L’analisi di Mario Caligiuri (7 gennaio), sulle violenze conseguenti alle esternazioni diffuse via Web dal presidente Trump, induce a una riflessione sulla relazione tra social network e organi di governo. Ideati quali piattaforme digitali per favorire la comunicazione in nome della libertà di espressione, essi rappresentano uno strumento rapido ed economico per condividere, con milioni di utenti, slogan sociali e idee politiche con toni spesso “emozionali”. I fatti di Washington hanno mostrato come tali strumenti possano essere pericolosi, specie se utilizzati da leader politici (in questo caso, addirittura da un capo di Stato), fino al punto da fomentare disordini sfruttando il disagio sociale di frange di popolazione. Le problematiche derivanti dall’uso distorto dei social network sono ben note: si pensi all’incitamento alla violenza contro la minoranza Rohingya, diffuso via Facebook dall’esercito e da alti funzionari birmani nel 2017, e che ha causato la morte di 750.000 persone.

La peculiarità di quanto accaduto a Washington riguarda soprattutto la necessità dei social network di bloccare gli account di Donald Trump. Sull’onda della vicenda si è sviluppato un acceso dibattito pubblico negli Stati Uniti sulla diffusione dei discorsi d’odio attraverso le piattaforme digitali che pone una serie di problematiche.
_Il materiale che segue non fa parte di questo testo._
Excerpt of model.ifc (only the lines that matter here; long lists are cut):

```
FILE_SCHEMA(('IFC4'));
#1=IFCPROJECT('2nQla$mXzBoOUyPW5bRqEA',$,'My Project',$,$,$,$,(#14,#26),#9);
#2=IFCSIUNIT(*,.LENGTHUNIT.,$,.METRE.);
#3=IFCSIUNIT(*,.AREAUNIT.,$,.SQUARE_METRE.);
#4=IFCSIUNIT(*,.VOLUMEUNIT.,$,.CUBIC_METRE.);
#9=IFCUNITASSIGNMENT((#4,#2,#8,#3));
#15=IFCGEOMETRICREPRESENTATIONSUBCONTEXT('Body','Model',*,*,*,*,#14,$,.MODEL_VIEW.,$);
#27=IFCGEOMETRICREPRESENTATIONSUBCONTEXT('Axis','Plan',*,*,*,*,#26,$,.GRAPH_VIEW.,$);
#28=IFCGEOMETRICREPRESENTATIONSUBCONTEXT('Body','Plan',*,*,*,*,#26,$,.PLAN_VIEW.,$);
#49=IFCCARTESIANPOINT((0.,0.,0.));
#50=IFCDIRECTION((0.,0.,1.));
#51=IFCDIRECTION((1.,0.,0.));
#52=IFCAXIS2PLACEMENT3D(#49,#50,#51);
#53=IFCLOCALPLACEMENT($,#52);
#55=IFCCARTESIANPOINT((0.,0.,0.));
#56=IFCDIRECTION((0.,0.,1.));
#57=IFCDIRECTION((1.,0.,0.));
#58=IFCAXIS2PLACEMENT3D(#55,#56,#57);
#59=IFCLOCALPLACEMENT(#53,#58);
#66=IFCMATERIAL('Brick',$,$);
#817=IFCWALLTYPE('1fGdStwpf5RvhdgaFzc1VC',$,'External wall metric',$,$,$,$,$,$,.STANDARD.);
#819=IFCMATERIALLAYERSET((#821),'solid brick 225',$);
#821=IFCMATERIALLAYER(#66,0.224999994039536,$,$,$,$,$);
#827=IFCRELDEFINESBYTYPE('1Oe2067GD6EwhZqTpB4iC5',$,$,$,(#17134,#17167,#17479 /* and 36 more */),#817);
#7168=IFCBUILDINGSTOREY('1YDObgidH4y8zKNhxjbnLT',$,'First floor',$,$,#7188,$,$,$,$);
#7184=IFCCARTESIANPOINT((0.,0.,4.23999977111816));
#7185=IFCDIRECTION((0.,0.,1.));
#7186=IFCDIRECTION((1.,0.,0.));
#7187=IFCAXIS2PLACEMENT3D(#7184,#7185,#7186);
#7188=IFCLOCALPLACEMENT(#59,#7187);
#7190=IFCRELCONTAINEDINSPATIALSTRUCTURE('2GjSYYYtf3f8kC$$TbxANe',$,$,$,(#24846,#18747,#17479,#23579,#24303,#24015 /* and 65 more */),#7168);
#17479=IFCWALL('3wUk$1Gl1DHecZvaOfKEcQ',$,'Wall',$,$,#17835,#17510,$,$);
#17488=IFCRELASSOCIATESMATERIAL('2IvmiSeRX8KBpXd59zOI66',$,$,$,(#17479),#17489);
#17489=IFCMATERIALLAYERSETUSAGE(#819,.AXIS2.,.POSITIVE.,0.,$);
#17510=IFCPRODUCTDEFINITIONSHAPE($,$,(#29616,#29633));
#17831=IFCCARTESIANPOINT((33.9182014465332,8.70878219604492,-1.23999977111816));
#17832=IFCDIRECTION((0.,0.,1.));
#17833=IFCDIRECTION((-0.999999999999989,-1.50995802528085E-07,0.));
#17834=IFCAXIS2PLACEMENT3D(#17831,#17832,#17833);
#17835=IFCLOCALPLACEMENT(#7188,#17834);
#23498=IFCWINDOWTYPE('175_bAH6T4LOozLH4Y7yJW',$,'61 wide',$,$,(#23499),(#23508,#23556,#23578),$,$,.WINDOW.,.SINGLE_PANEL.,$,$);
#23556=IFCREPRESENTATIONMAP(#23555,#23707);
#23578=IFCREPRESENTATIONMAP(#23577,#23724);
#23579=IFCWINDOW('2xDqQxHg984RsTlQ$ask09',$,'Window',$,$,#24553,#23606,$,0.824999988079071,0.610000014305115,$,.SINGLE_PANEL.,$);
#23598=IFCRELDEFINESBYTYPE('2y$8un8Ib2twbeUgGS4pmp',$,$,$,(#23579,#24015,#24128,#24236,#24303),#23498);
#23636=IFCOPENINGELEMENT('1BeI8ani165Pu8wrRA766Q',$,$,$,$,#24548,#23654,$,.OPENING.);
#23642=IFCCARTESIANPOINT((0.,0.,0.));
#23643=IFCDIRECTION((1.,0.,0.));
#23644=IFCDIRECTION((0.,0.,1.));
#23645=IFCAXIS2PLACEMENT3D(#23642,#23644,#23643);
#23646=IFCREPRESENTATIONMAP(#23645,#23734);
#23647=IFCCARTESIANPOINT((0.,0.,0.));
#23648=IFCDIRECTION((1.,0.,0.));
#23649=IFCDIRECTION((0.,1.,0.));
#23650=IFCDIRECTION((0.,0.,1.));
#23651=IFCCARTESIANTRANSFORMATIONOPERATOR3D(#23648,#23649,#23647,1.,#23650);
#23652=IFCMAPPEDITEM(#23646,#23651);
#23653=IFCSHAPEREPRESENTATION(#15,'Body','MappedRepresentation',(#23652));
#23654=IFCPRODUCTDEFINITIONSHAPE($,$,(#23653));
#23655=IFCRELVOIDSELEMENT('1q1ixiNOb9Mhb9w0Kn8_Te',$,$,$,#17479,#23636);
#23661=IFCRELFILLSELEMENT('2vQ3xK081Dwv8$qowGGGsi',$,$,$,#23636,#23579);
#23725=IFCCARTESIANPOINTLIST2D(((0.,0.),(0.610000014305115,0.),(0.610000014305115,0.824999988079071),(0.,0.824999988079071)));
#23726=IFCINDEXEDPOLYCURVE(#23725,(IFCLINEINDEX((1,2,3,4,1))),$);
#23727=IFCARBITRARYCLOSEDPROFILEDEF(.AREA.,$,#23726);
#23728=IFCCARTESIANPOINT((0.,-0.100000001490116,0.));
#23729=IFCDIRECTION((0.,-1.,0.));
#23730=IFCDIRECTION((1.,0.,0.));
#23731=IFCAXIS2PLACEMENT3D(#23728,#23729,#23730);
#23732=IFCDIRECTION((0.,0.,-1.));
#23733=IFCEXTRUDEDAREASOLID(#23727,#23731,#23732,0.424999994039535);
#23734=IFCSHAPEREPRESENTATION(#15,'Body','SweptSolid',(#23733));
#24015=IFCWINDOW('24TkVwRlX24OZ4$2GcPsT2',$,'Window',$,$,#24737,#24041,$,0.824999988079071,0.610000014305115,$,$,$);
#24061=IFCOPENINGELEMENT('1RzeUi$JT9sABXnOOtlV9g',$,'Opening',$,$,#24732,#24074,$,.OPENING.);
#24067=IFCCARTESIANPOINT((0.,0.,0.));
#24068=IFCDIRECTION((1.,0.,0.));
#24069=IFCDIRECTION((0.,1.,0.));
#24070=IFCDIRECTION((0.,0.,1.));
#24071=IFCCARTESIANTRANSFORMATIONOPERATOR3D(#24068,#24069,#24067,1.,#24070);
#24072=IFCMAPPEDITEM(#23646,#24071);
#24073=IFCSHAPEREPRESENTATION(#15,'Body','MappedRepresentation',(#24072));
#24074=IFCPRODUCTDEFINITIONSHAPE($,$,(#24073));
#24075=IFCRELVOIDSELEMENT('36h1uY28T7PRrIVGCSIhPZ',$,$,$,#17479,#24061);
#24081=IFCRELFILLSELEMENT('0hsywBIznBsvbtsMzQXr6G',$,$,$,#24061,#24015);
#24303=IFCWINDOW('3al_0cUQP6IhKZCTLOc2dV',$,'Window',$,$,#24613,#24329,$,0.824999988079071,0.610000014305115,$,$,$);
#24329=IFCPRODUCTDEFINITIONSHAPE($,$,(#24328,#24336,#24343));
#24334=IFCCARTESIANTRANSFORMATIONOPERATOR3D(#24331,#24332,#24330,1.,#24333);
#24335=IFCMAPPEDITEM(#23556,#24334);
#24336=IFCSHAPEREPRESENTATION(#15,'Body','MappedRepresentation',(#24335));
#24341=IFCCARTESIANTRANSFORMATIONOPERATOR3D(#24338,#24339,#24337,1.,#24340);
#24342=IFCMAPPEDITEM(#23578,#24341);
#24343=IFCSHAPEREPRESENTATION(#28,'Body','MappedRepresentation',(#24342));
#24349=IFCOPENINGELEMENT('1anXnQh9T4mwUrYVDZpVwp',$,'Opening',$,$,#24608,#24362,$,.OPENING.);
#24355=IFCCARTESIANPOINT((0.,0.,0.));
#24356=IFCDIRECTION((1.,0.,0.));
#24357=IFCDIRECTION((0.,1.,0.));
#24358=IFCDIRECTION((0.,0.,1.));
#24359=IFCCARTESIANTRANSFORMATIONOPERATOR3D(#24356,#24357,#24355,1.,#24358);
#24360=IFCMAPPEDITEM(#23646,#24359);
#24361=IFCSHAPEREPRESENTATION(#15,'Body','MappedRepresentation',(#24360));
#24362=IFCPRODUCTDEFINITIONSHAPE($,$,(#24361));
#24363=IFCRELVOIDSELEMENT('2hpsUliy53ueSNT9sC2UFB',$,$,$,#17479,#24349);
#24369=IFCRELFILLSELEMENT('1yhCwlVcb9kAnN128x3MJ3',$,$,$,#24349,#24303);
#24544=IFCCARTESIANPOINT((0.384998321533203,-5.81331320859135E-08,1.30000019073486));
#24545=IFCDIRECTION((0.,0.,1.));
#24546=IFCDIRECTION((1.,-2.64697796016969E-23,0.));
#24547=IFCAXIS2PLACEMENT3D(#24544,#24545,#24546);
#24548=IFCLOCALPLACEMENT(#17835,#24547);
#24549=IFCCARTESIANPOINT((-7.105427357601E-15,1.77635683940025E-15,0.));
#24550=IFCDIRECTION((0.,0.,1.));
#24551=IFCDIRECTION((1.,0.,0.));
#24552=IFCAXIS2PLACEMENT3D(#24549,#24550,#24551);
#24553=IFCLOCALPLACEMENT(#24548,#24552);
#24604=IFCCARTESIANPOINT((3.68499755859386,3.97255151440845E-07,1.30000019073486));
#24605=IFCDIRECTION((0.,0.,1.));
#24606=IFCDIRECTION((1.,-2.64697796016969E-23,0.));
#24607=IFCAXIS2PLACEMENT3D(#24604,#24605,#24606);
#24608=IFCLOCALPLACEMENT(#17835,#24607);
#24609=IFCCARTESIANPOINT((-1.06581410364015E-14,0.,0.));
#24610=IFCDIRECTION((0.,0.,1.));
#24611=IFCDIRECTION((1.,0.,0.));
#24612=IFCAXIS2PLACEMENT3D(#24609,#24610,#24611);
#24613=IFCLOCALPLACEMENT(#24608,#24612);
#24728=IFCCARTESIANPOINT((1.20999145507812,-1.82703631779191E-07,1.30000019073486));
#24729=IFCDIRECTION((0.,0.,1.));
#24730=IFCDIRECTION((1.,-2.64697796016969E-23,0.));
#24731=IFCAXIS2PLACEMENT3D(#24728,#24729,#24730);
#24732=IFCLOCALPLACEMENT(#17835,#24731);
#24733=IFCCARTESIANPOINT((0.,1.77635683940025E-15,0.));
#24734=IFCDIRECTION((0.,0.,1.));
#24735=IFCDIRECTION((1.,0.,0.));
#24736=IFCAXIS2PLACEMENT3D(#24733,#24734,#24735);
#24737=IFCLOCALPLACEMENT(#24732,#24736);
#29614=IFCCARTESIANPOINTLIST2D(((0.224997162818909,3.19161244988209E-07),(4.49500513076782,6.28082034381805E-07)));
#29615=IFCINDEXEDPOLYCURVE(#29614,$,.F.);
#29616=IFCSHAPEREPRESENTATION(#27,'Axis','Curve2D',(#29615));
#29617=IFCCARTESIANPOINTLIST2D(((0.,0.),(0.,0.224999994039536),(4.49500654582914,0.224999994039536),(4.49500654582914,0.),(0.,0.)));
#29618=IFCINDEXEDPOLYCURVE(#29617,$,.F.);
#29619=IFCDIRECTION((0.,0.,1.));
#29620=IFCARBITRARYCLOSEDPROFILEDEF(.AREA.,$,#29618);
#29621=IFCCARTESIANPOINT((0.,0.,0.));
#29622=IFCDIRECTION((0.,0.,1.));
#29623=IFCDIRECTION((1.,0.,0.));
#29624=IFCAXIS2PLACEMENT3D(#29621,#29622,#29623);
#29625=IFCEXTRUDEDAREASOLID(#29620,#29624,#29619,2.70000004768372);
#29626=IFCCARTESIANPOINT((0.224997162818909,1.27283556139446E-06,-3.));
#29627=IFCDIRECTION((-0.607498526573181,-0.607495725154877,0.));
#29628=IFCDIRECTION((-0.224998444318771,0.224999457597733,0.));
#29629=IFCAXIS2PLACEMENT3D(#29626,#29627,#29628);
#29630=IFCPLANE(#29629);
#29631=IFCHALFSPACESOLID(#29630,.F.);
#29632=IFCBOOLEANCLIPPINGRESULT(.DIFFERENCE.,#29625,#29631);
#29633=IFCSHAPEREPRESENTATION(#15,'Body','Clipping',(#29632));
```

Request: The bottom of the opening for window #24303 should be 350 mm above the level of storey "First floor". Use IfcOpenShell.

```python
import numpy as np
import ifcopenshell
import ifcopenshell.api.geometry
import ifcopenshell.geom
import ifcopenshell.util.element
import ifcopenshell.util.placement
import ifcopenshell.util.shape
import ifcopenshell.util.unit

model = ifcopenshell.open("model.ifc")
unit_scale = ifcopenshell.util.unit.calculate_unit_scale(model)

window = model.by_id(24303)
opening = window.FillsVoids[0].RelatingOpeningElement
storey = ifcopenshell.util.element.get_container(window, ifc_class="IfcBuildingStorey")
level = ifcopenshell.util.placement.get_local_placement(storey.ObjectPlacement)[2, 3]

# The opening's origin need not be at the sill, so measure its lowest point.
shape = ifcopenshell.geom.create_shape(ifcopenshell.geom.settings(), opening)
bottom = ifcopenshell.util.shape.get_shape_bottom_elevation(shape, shape.geometry) / unit_scale
dz = level + 0.35 - bottom

shift = np.array([0.0, 0.0, dz])
# The window is placed relative to its opening, so it follows when the opening moves.
matrix = ifcopenshell.util.placement.get_local_placement(opening.ObjectPlacement)
matrix[:3, 3] += shift
ifcopenshell.api.geometry.edit_object_placement(
    model, product=opening, matrix=matrix, is_si=False, should_transform_children=True
)

print(f"moved by {dz * unit_scale:+.3f} m")

model.write("model_rev.ifc")
```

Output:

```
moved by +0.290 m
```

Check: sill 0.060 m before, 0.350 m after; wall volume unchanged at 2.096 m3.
La prima verte sulla opportunità della censura di un account governativo da parte di un social network, sebbene tale scelta possa essere resa necessaria dall’assenza di una normativa statale che, in tempi rapidi, contrasti fenomeni che, nel loro insieme, rappresentino un incitamento alla violenza. La seconda problematica riguarda il timore che la strategia messa in campo da Donald Trump possa ispirare altri politici, o attivisti, che vogliano strumentalizzare, ai propri fini, le possibilità di comunicazione (online) e mobilitazione sociale (offline) offerte da Internet.

In realtà, la questione di fondo verte sulla evoluzione della natura dei social network, che non sono più solo piattaforme digitali che ospitano i messaggi degli utenti, bensì anche canali ufficiali di comunicazione. Resta quindi attuale il pensiero di Rodotà che la Rete stessa determina una destrutturazione/ricostruzione della sfera pubblica e di quella privata divenendo un luogo terzo, non coincidente con le due tradizionali categorie. Quest’ultimo necessita di normative statali e di accordi internazionali che regolamentino la funzione pubblica dei social network all’interno di un modello di responsabilità adeguato alle nuove sfide poste dalla società digitale.